» Records provided:

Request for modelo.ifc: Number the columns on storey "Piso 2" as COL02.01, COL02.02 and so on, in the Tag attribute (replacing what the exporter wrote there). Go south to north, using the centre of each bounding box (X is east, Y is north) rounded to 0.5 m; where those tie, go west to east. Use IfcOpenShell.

First a look at what the model holds.

```python
import ifcopenshell
import ifcopenshell.util.element
import ifcopenshell.util.placement

model = ifcopenshell.open("modelo.ifc")
print(model.schema)
storey = next(s for s in model.by_type("IfcBuildingStorey") if s.Name == "Piso 2")
columns = [e for e in ifcopenshell.util.element.get_decomposition(storey) if e.is_a("IfcColumn")]
for e in sorted(columns, key=lambda e: e.id()):
    origin = ifcopenshell.util.placement.get_local_placement(e.ObjectPlacement)[:3, 3]
    print(e.id(), e.Tag, e.Name, origin.round(2) + 0.0, sep=" | ")
```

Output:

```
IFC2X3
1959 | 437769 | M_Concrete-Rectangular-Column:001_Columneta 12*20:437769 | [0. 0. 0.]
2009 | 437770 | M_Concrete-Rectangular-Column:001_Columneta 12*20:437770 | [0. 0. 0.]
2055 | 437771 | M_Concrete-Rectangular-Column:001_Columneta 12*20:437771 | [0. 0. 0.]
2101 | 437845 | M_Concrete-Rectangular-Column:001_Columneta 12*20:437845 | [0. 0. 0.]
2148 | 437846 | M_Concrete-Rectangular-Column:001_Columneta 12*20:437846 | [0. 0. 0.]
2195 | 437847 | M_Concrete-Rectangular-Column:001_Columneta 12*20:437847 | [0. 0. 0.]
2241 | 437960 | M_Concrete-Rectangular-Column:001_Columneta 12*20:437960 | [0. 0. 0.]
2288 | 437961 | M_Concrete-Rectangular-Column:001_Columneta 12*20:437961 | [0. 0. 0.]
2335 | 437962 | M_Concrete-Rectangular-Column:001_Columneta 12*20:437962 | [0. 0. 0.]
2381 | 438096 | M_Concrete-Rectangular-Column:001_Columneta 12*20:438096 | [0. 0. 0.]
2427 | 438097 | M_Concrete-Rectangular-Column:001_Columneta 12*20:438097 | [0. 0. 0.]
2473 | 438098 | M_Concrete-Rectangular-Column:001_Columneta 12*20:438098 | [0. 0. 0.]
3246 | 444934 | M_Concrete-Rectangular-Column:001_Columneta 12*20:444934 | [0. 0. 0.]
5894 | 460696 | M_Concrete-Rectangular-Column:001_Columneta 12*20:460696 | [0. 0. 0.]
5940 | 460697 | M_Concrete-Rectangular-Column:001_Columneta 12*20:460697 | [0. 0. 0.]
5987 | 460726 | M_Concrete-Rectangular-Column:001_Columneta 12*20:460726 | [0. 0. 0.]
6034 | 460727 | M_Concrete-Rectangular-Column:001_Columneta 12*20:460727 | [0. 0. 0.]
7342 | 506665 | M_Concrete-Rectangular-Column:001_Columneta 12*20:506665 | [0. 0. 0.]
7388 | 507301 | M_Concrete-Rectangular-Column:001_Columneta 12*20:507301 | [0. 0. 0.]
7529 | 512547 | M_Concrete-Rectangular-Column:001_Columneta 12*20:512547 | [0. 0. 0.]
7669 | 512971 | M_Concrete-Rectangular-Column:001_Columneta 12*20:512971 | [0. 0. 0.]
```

```python
import ifcopenshell
import ifcopenshell.geom
import ifcopenshell.util.element
import ifcopenshell.util.shape

model = ifcopenshell.open("modelo.ifc")
settings = ifcopenshell.geom.settings()
settings.set("use-world-coords", True)


def centre(element):
    shape = ifcopenshell.geom.create_shape(settings, element)
    return ifcopenshell.util.shape.get_bbox_centroid(shape.geometry)


storey = next(s for s in model.by_type("IfcBuildingStorey") if s.Name == "Piso 2")
columns = [e for e in ifcopenshell.util.element.get_decomposition(storey) if e.is_a("IfcColumn")]

# Insertion points can sit at a corner or the storey origin, so sort by the geometry (in metres).
centres = {e: centre(e) for e in columns}
columns.sort(key=lambda e: (round(centres[e][1] / 0.5), centres[e][0]))

for i, e in enumerate(columns, start=1):
    number = f"COL02.{i:02d}"
    e.Tag = number
    print(e.id(), number)

model.write("modelo_edited.ifc")
```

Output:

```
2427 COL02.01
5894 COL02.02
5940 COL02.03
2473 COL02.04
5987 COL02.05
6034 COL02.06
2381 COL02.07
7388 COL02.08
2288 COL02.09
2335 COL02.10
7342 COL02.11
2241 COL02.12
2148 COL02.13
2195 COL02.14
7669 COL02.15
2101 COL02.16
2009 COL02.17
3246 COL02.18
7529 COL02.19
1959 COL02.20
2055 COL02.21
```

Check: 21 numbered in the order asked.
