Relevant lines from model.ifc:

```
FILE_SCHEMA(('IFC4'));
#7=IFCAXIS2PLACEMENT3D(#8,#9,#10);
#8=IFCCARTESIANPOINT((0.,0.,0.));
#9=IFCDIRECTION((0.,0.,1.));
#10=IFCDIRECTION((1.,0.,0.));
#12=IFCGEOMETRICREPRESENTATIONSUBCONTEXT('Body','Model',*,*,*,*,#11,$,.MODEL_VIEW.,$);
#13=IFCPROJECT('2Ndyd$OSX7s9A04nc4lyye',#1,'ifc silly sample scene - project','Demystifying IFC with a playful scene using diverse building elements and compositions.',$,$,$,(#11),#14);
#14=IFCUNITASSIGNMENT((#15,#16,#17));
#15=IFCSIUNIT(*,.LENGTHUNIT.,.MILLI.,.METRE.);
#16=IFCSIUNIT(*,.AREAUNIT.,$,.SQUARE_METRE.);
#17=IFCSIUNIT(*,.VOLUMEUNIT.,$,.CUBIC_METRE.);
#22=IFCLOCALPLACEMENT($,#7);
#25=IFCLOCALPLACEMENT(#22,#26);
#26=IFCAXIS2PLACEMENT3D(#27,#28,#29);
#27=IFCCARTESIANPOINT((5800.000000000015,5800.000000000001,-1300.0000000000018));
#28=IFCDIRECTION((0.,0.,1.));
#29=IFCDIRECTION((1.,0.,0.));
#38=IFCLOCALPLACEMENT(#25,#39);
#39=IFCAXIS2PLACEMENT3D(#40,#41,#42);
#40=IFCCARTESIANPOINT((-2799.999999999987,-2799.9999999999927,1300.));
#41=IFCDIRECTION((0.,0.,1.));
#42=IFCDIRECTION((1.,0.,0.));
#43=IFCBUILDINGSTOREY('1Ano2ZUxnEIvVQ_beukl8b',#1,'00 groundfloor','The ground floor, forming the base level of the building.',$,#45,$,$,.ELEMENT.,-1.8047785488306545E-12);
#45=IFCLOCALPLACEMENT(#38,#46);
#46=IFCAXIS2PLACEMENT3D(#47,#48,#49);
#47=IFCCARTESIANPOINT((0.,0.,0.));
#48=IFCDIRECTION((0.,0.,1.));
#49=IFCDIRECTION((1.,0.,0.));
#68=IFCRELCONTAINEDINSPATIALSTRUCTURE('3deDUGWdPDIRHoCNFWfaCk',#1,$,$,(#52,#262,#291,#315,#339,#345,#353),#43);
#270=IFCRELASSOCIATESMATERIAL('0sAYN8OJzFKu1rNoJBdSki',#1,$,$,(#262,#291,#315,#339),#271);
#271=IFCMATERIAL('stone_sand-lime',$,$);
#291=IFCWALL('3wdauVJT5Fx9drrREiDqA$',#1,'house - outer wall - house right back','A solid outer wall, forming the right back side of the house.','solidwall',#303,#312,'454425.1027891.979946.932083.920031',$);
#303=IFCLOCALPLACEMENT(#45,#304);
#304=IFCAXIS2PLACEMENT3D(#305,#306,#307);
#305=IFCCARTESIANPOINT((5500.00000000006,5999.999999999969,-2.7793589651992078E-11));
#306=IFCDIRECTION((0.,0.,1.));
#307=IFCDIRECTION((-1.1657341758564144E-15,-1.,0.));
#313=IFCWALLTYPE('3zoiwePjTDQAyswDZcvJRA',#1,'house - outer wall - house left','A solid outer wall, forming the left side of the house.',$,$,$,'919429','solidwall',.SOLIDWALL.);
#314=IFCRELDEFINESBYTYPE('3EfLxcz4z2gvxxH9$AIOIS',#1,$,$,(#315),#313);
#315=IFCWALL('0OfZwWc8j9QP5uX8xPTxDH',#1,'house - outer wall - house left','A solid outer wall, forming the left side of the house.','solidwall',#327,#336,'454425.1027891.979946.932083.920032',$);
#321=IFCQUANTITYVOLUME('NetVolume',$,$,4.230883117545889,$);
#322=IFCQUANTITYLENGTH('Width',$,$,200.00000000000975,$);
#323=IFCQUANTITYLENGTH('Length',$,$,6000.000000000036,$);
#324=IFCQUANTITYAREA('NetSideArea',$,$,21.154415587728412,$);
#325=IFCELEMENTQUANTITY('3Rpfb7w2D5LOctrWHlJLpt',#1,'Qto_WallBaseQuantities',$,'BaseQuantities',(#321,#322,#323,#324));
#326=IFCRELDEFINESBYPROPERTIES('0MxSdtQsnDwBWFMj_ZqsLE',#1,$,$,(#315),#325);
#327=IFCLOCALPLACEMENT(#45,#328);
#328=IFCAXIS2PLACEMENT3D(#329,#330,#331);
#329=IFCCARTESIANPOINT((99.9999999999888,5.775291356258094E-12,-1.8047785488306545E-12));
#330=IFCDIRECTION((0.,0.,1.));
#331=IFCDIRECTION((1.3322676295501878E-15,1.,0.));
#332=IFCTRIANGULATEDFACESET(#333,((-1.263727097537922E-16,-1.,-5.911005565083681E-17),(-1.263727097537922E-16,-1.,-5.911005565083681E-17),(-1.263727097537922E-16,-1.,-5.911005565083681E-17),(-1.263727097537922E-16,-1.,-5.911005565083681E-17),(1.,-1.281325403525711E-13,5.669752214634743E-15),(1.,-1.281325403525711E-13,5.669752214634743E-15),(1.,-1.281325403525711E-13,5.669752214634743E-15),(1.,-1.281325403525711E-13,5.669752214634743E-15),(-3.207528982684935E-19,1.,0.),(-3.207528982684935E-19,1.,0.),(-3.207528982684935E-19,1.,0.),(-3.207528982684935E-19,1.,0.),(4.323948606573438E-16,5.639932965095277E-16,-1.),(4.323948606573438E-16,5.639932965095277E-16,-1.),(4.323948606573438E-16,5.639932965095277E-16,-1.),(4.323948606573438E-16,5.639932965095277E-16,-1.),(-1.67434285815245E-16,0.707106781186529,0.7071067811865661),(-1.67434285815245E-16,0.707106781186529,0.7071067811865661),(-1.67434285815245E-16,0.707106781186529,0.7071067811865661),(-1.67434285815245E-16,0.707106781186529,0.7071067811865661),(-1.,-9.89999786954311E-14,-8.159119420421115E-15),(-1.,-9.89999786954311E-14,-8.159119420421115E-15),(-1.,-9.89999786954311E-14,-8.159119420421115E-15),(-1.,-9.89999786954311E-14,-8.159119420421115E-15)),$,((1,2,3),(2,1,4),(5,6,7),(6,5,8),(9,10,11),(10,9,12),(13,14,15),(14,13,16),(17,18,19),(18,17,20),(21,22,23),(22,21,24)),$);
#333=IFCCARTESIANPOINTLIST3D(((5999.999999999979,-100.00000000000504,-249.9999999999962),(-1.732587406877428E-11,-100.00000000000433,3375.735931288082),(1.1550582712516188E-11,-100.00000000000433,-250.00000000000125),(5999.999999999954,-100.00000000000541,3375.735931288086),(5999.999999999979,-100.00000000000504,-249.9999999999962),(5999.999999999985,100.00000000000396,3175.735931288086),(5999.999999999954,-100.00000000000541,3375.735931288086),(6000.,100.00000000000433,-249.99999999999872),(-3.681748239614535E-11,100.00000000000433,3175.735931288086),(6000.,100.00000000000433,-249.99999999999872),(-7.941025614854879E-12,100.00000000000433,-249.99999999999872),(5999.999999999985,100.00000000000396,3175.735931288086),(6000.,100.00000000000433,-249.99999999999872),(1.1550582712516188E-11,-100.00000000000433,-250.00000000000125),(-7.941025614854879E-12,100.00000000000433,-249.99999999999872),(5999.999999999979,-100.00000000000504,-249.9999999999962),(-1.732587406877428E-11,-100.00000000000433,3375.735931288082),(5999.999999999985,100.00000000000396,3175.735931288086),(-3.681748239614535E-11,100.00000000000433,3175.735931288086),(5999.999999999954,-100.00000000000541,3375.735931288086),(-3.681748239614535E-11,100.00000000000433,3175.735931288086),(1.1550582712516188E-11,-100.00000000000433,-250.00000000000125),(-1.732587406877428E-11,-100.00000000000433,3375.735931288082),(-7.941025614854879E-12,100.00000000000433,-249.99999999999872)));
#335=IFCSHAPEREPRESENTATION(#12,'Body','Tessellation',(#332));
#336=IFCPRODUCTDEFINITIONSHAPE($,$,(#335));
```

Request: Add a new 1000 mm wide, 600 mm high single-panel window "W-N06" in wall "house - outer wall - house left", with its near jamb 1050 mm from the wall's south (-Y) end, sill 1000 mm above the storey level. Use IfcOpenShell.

```python
import numpy as np
import ifcopenshell
import ifcopenshell.api.feature
import ifcopenshell.api.geometry
import ifcopenshell.api.pset
import ifcopenshell.api.root
import ifcopenshell.api.spatial
import ifcopenshell.geom
import ifcopenshell.util.element
import ifcopenshell.util.placement
import ifcopenshell.util.representation
import ifcopenshell.util.shape
import ifcopenshell.util.unit

model = ifcopenshell.open("model.ifc")
unit_scale = ifcopenshell.util.unit.calculate_unit_scale(model)
area_scale = ifcopenshell.util.unit.calculate_unit_scale(model, "AREAUNIT")
volume_scale = ifcopenshell.util.unit.calculate_unit_scale(model, "VOLUMEUNIT")
settings = ifcopenshell.geom.settings()


def volume(element):
    """Net volume in cubic metres, openings subtracted."""
    shape = ifcopenshell.geom.create_shape(settings, element)
    return ifcopenshell.util.shape.get_volume(shape.geometry)


wall = model.by_guid("0OfZwWc8j9QP5uX8xPTxDH")
storey = ifcopenshell.util.element.get_container(wall, ifc_class="IfcBuildingStorey")
context = ifcopenshell.util.representation.get_context(model, "Model", "Body", "MODEL_VIEW")
before = volume(wall)

width, height, from_end, sill = 1, 0.6, 1.05, 1  # metres

# The wall runs along its own X axis, and the end named is its -X end.
wall_shape = ifcopenshell.geom.create_shape(settings, wall)
x, y, z = ifcopenshell.util.shape.get_vertices(wall_shape.geometry).T
start = x.min() + from_end
face, thickness = float(y.min()), float(y.max() - y.min())
wall_matrix = ifcopenshell.util.placement.get_local_placement(wall.ObjectPlacement)
level = ifcopenshell.util.placement.get_local_placement(storey.ObjectPlacement)[2, 3]


def in_wall(x, y):
    """Placement at x, y metres in the wall's axes, at sill height."""
    matrix = wall_matrix.copy()
    matrix[:, 3] = wall_matrix @ np.array([x / unit_scale, y / unit_scale, 0.0, 1.0])
    matrix[2, 3] = level + sill / unit_scale
    return matrix


# Opening: a box that overshoots both wall faces by 50 mm.
opening = ifcopenshell.api.root.create_entity(model, ifc_class="IfcOpeningElement", predefined_type="OPENING")
box = ifcopenshell.api.geometry.add_wall_representation(
    model, context=context, length=width, height=height, thickness=thickness + 0.1
)
ifcopenshell.api.geometry.assign_representation(model, product=opening, representation=box)
ifcopenshell.api.geometry.edit_object_placement(model, product=opening, matrix=in_wall(start, face - 0.05), is_si=False)
ifcopenshell.api.feature.add_feature(model, feature=opening, element=wall)

window = ifcopenshell.api.root.create_entity(model, ifc_class="IfcWindow", name="W-N06", predefined_type="WINDOW")
window.OverallWidth, window.OverallHeight = width / unit_scale, height / unit_scale
window.PartitioningType = "SINGLE_PANEL"
body = ifcopenshell.api.geometry.add_window_representation(
    model,
    context=context,
    overall_width=window.OverallWidth,
    overall_height=window.OverallHeight,
    partition_type="SINGLE_PANEL",
)
ifcopenshell.api.geometry.assign_representation(model, product=window, representation=body)
ifcopenshell.api.spatial.assign_container(model, products=[window], relating_structure=storey)
ifcopenshell.api.feature.add_filling(model, opening=opening, element=window)

# Centre the window in the wall's thickness.
ifcopenshell.api.geometry.edit_object_placement(model, product=window, matrix=in_wall(start, face), is_si=False)
window_shape = ifcopenshell.geom.create_shape(settings, window)
depth = ifcopenshell.util.shape.get_vertices(window_shape.geometry)[:, 1]
offset = face + thickness / 2 - (depth.min() + depth.max()) / 2
ifcopenshell.api.geometry.edit_object_placement(model, product=window, matrix=in_wall(start, offset), is_si=False)

after = volume(wall)

# Update the wall's stored quantities.
qto = model.by_id(ifcopenshell.util.element.get_pset(wall, "Qto_WallBaseQuantities", should_inherit=False)["id"])
ifcopenshell.api.pset.edit_qto(model, qto=qto, properties={
    "NetVolume": after / volume_scale,
    "NetSideArea": after / thickness / area_scale,
})

print(f"wall volume {before:.3f} -> {after:.3f} m3")

model.write("model_edited.ifc")
```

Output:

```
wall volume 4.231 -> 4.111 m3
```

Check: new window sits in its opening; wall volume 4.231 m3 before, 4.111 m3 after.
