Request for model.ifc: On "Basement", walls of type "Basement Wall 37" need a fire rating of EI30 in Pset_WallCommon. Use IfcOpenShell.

First a look at what the model holds.

```python
import ifcopenshell
import ifcopenshell.util.element

model = ifcopenshell.open("model.ifc")
print(model.schema)
storey = next(s for s in model.by_type("IfcBuildingStorey") if s.Name == "Basement")
walls = [e for e in ifcopenshell.util.element.get_decomposition(storey) if e.is_a("IfcWall")]
seen = {}
for e in walls:
    element_type = ifcopenshell.util.element.get_type(e)
    key = (element_type.Name if element_type != e and element_type else None, ifcopenshell.util.element.get_pset(e, "Pset_WallCommon", "FireRating"))
    seen[key] = seen.get(key, 0) + 1
for (name, value), count in sorted(seen.items(), key=str):
    print(count, "x", name, "|", value)
```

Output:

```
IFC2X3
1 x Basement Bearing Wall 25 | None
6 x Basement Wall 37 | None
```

```python
import ifcopenshell
import ifcopenshell.api.pset
import ifcopenshell.util.element

model = ifcopenshell.open("model.ifc")

storey = next(s for s in model.by_type("IfcBuildingStorey") if s.Name == "Basement")
walls = [e for e in ifcopenshell.util.element.get_decomposition(storey) if e.is_a("IfcWall")]

count = 0
for e in walls:
    element_type = ifcopenshell.util.element.get_type(e)
    if element_type in (None, e) or element_type.Name != "Basement Wall 37":
        continue
    # add_pset returns the element's existing set when there is one.
    pset = ifcopenshell.api.pset.add_pset(model, product=e, name="Pset_WallCommon")
    ifcopenshell.api.pset.edit_pset(model, pset=pset, properties={"FireRating": "EI30"})
    count += 1

print(count, "walls updated")

model.write("model_v2.ifc")
```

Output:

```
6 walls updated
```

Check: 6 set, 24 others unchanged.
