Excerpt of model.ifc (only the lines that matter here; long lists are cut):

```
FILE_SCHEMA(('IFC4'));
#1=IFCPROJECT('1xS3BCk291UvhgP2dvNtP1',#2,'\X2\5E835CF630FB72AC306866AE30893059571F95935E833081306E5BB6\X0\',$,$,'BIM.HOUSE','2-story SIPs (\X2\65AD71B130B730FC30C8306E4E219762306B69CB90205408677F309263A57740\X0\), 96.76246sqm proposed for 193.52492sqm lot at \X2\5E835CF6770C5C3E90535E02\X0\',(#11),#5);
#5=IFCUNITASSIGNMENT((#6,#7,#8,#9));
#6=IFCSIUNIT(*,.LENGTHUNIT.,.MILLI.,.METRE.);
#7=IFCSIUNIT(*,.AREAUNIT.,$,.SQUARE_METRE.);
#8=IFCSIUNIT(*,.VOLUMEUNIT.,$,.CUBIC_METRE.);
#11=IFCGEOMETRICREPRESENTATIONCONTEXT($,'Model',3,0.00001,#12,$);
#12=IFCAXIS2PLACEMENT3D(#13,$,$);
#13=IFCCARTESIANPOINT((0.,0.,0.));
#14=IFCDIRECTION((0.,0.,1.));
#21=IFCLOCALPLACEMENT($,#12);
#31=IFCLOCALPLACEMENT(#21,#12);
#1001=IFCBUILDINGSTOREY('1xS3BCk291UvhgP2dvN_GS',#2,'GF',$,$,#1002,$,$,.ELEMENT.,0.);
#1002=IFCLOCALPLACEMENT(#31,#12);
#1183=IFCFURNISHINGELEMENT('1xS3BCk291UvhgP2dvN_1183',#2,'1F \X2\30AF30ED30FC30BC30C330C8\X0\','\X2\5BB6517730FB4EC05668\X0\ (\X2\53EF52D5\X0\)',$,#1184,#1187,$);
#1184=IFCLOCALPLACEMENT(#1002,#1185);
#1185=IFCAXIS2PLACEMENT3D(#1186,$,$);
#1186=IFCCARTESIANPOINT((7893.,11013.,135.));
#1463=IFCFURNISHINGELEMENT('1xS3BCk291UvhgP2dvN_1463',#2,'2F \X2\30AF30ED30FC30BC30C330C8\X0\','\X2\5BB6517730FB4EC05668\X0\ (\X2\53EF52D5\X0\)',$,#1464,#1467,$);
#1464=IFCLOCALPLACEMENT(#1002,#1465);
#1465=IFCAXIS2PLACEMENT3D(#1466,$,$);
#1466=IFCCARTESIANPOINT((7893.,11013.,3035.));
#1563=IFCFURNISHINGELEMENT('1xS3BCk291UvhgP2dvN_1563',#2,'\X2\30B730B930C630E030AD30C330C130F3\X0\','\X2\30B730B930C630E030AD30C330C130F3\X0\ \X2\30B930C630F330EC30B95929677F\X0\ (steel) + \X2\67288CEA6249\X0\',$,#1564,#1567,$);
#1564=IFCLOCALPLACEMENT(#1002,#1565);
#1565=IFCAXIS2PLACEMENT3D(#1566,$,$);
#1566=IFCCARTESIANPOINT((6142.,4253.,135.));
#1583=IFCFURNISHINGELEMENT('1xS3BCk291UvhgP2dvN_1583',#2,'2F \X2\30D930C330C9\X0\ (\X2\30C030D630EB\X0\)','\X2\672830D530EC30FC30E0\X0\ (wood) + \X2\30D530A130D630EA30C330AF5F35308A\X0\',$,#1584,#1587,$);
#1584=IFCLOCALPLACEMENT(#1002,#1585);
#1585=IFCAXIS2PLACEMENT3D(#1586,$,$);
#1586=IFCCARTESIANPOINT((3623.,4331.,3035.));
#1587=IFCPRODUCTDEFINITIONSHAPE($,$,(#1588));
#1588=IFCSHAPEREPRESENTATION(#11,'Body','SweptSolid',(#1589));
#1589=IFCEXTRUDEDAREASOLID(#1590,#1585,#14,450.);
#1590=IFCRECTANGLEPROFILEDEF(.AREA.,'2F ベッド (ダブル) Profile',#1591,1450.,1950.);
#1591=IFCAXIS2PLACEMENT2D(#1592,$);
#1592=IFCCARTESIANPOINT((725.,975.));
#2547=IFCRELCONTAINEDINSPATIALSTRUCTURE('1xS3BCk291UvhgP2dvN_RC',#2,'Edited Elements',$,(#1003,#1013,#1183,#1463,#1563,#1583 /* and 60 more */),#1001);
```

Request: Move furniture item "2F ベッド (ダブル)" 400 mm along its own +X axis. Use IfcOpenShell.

```python
import ifcopenshell
import ifcopenshell.api.geometry
import ifcopenshell.util.placement

model = ifcopenshell.open("model.ifc")

item = model.by_guid("1xS3BCk291UvhgP2dvN_1583")
matrix = ifcopenshell.util.placement.get_local_placement(item.ObjectPlacement)
matrix[:3, 3] += matrix[:3, 0] * 400.0
ifcopenshell.api.geometry.edit_object_placement(model, product=item, matrix=matrix, is_si=False)

print(ifcopenshell.util.placement.get_local_placement(item.ObjectPlacement).round(3) + 0.0)

model.write("model_v2.ifc")
```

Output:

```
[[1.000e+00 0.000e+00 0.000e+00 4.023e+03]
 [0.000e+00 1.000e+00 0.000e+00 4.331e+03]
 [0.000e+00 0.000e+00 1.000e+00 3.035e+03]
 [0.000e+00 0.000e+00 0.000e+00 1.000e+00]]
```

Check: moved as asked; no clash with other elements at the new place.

» Exercise details: For the word "asked", count the lines of the data that contain it and report only the total.

» Reply to the exercise: 2